La patrie des temps modernes ne saurait plus être la patrie du temps de Rome ou de Sparte, où tous, en réalité parens, membres de la même famille, avaient les mêmes dieux, participaient à la même éducation, aux mêmes cultes. Nos états modernes sont beaucoup trop étendus pour cela. Pas un seul de ces états n’a d’unité pour ce qui est de la race, de la langue, de la religion. Ce sont de vastes associations faites par l’histoire, maintenues par les intérêts et le consentement mutuel des parties. Croit-on qu’on rattachera puissamment les membres assez divers de ces grandes réunions en les gênant dans leurs croyances, en contrariant leurs habitudes ? Non. Dans un avenir prochain, la patrie la plus aimée, la plus recherchée, sera celle qui laissera ses membres le plus tranquilles, les gênera le moins. Depuis que la patrie allemande donne la gloire militaire, le nombre des émigrans a-t-il diminué, le nombre des naturalisations a-t-il augmenté ? La part d’idéalisme qui reste dans le monde est considérable encore ; mais l’idéal se réfugie de plus en plus dans la conscience de chacun.

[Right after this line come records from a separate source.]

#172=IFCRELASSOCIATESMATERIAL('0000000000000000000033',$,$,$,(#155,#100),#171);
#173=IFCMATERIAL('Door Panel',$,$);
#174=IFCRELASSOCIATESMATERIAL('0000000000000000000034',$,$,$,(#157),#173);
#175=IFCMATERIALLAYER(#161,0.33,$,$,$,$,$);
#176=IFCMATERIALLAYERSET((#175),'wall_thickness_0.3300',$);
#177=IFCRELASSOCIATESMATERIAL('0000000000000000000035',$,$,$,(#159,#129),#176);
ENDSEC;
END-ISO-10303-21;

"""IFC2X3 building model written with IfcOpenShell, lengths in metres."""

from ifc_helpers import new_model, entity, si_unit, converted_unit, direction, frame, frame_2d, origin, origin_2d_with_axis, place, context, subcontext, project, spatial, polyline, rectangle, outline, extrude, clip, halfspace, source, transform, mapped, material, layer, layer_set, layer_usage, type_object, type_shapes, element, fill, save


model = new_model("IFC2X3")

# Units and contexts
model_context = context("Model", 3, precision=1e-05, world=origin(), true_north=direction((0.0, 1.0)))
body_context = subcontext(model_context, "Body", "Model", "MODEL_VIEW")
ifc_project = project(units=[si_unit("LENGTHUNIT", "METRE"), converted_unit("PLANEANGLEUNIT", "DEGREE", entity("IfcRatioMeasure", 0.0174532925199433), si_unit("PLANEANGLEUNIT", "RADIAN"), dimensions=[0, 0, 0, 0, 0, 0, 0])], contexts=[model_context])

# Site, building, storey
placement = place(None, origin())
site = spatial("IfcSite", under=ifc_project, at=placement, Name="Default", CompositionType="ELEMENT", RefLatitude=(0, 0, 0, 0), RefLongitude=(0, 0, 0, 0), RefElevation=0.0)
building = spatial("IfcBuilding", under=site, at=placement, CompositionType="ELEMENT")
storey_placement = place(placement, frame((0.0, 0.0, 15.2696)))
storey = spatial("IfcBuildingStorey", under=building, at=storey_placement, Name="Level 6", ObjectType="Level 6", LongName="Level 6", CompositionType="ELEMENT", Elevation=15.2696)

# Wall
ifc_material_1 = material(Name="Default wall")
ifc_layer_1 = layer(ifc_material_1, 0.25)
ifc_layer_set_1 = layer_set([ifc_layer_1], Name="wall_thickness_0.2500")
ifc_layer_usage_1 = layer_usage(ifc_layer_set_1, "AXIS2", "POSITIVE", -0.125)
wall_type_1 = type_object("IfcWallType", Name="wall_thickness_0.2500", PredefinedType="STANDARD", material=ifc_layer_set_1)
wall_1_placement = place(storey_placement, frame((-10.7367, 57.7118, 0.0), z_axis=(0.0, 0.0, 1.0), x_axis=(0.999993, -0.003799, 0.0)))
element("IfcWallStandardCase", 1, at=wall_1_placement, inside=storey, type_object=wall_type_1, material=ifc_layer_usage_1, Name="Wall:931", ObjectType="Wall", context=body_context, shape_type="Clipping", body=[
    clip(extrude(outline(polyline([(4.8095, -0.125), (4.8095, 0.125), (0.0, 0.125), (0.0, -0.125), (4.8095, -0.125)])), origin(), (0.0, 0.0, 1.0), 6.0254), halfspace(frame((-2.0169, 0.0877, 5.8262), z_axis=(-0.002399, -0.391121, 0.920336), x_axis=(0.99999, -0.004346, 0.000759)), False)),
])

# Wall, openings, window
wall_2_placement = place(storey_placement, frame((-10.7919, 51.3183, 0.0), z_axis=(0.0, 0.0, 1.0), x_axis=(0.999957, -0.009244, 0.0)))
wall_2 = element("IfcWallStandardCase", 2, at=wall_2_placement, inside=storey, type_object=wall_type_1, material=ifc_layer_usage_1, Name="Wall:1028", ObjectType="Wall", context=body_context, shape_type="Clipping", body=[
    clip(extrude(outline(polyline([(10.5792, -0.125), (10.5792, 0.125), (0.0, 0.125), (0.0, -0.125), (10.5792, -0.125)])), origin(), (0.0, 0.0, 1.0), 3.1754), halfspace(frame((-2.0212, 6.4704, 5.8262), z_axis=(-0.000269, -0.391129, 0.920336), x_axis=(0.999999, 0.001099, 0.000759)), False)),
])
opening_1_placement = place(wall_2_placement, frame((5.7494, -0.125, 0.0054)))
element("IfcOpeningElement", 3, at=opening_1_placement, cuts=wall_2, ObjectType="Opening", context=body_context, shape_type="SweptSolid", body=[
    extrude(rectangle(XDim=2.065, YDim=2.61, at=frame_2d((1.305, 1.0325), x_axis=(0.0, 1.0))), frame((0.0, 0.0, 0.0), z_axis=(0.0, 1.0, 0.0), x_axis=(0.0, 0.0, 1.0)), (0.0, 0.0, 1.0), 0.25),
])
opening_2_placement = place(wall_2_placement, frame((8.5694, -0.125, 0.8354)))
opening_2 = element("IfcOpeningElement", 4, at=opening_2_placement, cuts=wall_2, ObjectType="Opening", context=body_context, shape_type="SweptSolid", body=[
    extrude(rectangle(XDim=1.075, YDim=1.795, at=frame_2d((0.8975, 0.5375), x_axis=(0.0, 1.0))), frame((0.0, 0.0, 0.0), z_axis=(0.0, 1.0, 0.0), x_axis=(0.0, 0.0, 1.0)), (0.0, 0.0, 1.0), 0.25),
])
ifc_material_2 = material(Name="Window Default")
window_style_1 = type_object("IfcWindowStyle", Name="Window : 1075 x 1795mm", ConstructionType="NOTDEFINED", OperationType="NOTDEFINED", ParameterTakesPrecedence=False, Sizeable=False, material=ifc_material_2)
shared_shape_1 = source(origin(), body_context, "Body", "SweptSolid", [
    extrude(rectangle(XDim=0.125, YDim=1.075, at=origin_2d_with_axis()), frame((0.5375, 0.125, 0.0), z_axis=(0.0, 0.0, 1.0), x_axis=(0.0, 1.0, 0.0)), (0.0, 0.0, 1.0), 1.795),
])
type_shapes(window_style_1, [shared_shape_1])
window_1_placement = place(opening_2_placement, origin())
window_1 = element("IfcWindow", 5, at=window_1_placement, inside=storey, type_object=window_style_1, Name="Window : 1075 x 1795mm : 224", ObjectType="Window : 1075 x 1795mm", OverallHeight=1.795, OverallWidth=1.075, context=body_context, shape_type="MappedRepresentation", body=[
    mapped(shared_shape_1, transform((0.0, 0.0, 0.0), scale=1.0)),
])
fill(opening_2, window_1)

N’allez pas l’y attaquer. Philosophe ou chrétien, l’homme ne vaut qu’en proportion de ce qu’il croit et de ce qu’il aime. S’imaginer qu’on augmente sa valeur par l’hypocrisie officielle, par la persécution qui humilie ou exaspère, par des procédés de gouvernement qui ravalent la foi au niveau des choses mises en régie, est la plus grave des erreurs. Peut-être reconnaîtra-t-on un jour que les philosophes qui éprouvent devant de tels actes une invincible antipathie auront été en cela non-seulement des politiques honnêtes, mais encore des politiques habiles.


Ernest Renan.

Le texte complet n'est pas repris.